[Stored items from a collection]
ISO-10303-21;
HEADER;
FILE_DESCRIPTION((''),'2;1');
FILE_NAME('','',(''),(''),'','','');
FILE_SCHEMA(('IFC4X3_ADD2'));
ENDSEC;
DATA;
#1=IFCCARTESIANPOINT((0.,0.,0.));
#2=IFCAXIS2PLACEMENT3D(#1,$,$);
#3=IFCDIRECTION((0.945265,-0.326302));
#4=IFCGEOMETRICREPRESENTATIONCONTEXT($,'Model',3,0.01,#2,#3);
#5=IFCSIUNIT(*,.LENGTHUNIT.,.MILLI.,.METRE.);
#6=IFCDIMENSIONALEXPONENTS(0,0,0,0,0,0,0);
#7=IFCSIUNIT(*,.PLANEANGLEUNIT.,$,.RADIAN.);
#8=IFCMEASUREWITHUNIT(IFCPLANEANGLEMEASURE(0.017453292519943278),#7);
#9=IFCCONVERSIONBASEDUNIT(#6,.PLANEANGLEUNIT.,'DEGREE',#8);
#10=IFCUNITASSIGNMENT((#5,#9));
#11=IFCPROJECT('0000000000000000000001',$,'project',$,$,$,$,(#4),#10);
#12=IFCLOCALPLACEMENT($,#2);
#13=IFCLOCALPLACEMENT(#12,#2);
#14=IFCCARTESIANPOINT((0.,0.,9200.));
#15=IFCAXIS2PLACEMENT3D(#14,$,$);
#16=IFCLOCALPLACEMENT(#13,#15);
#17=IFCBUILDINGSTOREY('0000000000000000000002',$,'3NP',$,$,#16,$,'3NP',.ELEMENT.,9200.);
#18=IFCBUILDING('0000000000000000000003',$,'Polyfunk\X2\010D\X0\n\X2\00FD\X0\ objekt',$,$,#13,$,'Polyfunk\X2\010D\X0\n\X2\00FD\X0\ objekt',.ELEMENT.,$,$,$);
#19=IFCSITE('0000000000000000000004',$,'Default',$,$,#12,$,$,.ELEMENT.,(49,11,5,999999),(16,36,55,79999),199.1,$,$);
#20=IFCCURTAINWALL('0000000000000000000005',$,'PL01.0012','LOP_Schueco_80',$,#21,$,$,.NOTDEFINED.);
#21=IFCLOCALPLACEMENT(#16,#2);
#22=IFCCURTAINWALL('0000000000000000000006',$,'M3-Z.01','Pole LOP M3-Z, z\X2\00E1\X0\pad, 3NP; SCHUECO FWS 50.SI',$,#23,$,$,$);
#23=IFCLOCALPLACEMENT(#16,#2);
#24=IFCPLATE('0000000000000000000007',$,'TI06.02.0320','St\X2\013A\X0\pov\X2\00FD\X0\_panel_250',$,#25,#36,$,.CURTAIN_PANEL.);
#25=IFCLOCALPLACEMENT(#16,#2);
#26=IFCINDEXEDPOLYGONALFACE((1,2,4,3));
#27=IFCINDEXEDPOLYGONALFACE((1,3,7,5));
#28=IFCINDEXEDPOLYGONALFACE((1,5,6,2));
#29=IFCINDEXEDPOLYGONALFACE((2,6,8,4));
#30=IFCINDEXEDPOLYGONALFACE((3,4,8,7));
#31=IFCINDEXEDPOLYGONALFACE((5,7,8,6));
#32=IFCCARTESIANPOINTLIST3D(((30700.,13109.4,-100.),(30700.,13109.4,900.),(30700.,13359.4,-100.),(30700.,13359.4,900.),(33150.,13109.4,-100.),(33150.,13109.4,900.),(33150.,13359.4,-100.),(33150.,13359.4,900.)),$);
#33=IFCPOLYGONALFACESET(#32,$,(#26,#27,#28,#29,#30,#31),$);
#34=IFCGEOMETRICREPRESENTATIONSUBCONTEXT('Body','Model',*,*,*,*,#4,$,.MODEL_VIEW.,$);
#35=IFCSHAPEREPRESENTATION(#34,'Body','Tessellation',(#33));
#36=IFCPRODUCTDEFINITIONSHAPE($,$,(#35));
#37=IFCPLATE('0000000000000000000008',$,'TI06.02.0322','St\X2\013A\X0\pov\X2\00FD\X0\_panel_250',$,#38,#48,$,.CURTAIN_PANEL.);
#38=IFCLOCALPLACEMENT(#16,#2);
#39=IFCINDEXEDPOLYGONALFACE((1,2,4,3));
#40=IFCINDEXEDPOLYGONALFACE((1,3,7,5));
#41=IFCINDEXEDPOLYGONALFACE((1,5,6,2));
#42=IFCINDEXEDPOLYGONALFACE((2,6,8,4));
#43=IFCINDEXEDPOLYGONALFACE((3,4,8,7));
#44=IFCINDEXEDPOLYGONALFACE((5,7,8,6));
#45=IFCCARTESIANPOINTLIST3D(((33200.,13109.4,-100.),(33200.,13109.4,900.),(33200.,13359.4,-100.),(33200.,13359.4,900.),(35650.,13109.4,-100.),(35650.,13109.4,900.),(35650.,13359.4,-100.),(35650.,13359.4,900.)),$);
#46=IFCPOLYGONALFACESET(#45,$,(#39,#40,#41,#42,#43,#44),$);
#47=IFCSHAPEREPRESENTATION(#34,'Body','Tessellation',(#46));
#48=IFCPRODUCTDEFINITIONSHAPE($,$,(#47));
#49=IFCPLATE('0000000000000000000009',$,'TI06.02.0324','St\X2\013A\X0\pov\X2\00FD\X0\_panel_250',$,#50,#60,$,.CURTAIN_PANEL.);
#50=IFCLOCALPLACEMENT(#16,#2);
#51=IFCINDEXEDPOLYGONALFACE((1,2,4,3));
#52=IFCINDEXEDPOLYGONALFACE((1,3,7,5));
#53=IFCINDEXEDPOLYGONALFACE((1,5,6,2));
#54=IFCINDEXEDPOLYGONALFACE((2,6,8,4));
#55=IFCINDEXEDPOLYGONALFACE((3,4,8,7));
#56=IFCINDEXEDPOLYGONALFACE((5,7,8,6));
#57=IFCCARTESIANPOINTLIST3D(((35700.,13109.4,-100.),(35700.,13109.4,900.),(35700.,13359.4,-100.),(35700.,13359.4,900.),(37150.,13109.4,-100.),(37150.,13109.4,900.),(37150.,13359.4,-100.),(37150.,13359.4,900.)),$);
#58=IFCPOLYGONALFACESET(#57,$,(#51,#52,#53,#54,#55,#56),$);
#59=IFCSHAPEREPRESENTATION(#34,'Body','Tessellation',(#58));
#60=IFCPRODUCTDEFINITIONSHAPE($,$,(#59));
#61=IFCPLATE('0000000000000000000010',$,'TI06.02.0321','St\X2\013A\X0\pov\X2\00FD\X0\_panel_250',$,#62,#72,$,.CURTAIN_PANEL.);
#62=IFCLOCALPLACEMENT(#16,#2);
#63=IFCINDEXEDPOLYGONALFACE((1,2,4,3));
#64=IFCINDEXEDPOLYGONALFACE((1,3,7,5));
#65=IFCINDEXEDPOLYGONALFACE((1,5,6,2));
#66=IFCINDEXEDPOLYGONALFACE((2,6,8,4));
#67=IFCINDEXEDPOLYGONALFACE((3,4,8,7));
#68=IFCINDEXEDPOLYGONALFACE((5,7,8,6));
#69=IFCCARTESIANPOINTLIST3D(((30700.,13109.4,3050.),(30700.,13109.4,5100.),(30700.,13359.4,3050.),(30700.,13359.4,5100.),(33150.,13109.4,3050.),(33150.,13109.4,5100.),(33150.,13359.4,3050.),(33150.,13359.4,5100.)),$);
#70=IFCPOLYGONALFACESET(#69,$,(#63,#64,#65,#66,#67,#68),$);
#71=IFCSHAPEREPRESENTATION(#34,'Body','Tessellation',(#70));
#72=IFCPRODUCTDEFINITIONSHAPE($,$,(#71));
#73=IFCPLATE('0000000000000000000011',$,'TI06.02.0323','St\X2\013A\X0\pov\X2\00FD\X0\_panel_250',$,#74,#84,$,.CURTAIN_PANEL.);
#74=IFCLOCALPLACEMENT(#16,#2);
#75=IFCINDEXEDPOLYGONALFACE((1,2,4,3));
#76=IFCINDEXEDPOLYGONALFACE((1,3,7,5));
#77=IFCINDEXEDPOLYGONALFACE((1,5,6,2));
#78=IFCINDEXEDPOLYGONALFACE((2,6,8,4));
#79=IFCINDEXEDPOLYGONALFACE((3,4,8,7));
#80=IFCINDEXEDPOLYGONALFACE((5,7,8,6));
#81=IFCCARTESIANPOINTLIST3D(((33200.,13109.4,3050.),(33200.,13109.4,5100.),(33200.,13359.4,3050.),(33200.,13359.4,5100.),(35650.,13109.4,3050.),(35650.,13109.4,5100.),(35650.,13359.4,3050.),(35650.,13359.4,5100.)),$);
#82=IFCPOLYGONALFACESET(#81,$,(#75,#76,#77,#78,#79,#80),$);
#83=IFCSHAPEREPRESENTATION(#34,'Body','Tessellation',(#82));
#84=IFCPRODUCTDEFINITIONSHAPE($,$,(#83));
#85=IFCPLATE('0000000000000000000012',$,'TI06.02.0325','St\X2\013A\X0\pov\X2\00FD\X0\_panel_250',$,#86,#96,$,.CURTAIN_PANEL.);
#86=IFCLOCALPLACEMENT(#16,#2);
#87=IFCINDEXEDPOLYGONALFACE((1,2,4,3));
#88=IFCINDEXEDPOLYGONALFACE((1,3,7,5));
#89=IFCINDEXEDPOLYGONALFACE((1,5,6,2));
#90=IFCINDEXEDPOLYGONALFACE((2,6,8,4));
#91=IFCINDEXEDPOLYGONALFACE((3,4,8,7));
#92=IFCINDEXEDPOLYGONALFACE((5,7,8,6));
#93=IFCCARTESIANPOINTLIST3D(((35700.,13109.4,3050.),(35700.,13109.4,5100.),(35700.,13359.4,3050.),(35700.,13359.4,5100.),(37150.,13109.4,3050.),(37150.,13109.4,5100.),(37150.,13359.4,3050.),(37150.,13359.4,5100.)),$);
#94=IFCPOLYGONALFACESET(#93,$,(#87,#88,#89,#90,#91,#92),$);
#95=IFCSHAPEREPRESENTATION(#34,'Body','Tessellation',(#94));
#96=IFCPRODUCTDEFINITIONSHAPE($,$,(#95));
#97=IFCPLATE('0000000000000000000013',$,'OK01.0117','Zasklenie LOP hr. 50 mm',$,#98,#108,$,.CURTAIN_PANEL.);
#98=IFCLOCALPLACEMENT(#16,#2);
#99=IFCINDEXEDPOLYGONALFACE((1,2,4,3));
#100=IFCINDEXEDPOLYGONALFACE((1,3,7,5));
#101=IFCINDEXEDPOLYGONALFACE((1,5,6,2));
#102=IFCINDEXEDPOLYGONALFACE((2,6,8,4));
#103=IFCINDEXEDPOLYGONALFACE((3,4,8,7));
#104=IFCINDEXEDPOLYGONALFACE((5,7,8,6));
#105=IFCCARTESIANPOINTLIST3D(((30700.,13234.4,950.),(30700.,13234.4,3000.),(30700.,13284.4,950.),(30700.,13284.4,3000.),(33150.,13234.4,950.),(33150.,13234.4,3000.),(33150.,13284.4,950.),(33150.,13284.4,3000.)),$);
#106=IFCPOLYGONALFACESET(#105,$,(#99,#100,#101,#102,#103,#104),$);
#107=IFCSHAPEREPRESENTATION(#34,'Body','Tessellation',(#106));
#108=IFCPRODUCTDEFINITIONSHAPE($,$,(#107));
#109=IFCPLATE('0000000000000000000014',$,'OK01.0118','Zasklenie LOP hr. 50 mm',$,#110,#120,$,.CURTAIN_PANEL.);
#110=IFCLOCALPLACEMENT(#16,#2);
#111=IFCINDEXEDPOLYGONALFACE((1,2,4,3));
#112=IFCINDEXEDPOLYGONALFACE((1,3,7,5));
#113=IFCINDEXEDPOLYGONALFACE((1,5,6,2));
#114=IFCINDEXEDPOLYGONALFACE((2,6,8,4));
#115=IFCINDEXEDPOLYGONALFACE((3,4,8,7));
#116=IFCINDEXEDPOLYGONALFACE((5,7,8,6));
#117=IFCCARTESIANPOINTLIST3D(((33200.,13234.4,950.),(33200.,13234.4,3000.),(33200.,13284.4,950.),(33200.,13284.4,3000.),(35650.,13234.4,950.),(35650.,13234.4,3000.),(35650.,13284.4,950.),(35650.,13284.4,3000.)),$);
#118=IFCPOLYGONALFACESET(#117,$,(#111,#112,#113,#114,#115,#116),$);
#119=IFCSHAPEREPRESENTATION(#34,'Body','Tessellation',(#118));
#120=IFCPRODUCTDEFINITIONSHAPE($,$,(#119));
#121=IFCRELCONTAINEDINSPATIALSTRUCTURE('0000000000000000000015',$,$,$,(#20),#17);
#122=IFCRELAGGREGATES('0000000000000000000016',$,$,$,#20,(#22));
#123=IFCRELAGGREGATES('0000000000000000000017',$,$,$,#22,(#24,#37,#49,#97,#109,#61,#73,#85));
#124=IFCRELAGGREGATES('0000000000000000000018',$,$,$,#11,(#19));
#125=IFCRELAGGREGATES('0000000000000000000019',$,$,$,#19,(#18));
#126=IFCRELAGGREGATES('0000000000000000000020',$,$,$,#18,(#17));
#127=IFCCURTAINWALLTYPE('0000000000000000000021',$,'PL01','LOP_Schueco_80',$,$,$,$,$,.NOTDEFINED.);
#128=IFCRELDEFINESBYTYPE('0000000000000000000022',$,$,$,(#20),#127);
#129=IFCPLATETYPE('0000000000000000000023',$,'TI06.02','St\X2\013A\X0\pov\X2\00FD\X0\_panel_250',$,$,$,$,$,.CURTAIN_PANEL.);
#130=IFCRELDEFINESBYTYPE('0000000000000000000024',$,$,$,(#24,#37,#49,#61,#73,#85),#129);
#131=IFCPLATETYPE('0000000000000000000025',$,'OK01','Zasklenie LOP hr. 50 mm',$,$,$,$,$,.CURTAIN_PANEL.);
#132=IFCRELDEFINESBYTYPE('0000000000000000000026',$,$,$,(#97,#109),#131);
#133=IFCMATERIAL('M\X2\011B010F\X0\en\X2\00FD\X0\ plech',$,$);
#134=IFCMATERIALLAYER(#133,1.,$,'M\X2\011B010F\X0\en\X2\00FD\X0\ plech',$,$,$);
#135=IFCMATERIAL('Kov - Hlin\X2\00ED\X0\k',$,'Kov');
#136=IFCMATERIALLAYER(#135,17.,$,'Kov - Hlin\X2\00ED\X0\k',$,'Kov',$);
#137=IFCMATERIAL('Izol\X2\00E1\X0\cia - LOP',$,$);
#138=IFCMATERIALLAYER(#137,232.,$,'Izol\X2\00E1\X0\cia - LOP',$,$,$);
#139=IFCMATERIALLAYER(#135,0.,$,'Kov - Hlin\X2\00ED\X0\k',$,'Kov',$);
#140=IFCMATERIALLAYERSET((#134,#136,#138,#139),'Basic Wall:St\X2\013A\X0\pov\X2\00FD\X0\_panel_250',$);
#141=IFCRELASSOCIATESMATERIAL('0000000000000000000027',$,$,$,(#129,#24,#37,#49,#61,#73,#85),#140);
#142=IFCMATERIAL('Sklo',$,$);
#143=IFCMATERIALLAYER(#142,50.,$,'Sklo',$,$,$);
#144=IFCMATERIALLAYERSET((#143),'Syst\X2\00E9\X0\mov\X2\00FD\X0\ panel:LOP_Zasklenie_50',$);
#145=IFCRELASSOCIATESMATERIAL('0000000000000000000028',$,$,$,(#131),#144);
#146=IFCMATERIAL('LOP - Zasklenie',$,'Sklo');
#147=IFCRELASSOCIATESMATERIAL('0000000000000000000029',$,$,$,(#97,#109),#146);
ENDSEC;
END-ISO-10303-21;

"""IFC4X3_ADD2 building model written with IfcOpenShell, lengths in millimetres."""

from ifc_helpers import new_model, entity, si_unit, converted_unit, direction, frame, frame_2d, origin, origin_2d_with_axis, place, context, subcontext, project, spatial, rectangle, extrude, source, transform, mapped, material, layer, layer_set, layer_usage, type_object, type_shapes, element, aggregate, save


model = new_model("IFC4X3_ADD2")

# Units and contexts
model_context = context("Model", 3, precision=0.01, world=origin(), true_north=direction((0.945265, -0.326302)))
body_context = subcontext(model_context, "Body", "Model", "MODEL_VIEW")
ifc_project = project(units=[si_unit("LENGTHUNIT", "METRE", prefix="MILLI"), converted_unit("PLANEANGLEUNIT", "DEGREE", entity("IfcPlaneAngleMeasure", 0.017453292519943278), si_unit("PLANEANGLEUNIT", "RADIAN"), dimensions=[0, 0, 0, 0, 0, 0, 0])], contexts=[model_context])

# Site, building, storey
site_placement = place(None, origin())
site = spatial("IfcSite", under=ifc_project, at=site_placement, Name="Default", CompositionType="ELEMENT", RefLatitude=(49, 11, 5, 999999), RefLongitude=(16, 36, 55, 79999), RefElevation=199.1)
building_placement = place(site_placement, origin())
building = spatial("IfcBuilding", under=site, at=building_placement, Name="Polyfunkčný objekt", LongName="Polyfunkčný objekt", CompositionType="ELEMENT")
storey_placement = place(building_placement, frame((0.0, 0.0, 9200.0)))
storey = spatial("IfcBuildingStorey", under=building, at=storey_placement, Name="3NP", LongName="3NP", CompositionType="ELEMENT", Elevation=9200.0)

---

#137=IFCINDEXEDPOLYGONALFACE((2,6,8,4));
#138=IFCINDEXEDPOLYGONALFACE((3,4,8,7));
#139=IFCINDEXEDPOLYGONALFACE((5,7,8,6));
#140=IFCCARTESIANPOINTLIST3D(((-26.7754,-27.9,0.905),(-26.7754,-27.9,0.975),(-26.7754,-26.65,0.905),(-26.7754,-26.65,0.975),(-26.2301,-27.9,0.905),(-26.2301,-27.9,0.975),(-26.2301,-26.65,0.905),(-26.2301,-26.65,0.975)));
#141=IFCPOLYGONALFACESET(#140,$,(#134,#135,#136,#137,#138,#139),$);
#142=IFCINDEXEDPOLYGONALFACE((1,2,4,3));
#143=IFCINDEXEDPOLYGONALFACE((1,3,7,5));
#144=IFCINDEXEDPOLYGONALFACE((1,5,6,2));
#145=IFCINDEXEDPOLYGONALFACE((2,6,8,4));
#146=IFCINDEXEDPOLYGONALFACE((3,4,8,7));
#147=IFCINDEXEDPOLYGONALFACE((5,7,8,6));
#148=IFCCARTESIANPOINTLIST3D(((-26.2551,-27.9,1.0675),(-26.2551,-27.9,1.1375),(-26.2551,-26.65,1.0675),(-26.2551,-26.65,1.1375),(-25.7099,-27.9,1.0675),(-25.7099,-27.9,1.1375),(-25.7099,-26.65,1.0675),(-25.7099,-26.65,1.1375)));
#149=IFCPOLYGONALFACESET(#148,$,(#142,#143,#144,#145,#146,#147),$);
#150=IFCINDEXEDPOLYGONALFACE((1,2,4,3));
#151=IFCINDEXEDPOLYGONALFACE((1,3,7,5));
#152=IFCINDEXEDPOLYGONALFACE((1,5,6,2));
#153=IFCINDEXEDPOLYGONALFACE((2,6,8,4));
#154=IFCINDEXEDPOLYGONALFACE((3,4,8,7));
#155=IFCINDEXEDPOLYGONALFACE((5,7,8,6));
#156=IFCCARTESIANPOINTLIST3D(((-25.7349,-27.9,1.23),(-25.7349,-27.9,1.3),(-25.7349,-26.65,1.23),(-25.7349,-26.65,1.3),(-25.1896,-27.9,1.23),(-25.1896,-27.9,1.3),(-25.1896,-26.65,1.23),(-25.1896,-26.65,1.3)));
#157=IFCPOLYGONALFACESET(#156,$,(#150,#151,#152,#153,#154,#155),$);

==

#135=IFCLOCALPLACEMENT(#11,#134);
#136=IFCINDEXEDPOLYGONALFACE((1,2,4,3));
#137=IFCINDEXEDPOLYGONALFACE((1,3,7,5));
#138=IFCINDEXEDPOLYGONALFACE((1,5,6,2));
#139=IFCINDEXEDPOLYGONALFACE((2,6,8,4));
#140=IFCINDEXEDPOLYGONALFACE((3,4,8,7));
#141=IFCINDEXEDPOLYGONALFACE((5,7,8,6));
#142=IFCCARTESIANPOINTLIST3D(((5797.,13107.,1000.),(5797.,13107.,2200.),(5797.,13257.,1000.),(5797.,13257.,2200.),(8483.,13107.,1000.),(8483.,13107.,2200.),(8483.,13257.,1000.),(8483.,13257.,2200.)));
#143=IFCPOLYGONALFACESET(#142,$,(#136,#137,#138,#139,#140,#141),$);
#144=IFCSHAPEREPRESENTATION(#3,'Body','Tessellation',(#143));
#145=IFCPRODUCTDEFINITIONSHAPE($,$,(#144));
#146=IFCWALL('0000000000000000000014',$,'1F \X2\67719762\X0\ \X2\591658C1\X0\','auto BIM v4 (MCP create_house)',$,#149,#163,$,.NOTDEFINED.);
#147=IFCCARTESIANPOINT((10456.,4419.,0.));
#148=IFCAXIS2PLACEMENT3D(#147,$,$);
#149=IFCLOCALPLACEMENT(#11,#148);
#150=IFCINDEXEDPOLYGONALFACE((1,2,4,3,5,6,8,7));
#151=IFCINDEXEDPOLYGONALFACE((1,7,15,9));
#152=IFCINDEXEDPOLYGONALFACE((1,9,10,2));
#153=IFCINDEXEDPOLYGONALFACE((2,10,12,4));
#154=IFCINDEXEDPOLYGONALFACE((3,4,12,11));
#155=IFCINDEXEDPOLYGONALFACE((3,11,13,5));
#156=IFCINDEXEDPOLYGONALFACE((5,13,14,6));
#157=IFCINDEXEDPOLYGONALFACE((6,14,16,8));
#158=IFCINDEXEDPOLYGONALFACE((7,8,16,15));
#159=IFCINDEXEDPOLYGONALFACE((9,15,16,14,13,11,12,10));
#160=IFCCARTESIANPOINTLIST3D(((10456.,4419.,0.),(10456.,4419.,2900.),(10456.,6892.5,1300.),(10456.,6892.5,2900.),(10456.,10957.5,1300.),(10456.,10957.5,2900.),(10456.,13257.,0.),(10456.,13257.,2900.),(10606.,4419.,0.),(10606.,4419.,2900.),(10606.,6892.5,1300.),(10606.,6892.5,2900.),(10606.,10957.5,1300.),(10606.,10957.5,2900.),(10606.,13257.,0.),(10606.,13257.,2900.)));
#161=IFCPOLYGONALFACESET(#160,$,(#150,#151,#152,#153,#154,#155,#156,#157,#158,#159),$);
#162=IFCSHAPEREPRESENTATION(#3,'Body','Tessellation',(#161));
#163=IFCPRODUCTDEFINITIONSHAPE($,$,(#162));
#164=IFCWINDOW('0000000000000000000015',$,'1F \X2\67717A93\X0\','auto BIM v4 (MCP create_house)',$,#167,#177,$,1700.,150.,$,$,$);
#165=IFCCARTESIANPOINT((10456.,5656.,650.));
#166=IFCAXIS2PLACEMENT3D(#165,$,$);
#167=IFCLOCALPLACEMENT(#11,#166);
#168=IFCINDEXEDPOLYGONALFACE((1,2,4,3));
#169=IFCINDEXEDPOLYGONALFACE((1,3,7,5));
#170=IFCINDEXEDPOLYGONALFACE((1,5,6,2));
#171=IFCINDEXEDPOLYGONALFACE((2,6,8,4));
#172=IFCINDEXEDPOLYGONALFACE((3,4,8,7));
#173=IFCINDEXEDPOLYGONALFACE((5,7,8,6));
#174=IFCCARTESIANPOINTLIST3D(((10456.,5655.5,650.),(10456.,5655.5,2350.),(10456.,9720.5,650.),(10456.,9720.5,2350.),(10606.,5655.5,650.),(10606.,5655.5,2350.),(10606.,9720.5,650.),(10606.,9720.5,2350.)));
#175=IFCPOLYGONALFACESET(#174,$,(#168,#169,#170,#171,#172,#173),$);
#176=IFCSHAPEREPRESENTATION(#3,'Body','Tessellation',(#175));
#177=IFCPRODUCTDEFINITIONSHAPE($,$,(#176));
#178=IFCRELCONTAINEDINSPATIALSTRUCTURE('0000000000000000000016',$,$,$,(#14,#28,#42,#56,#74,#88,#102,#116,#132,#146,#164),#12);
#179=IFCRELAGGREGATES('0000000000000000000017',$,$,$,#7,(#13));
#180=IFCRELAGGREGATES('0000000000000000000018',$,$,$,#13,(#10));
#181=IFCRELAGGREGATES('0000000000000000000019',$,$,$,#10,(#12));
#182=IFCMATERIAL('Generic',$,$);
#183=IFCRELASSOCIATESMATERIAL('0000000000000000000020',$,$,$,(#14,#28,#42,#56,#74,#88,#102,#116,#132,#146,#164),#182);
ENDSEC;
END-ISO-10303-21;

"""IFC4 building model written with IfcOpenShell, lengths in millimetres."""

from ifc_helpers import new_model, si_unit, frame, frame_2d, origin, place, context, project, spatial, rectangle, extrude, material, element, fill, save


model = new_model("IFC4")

→ EXERCISE DIRECTIONS:
Only lines that hold the string "IFCSIUNIT" belong in the answer, so copy every one of them from the records.

→ ANSWER FOR THE TASK:
#5=IFCSIUNIT(*,.LENGTHUNIT.,.MILLI.,.METRE.);
#7=IFCSIUNIT(*,.PLANEANGLEUNIT.,$,.RADIAN.);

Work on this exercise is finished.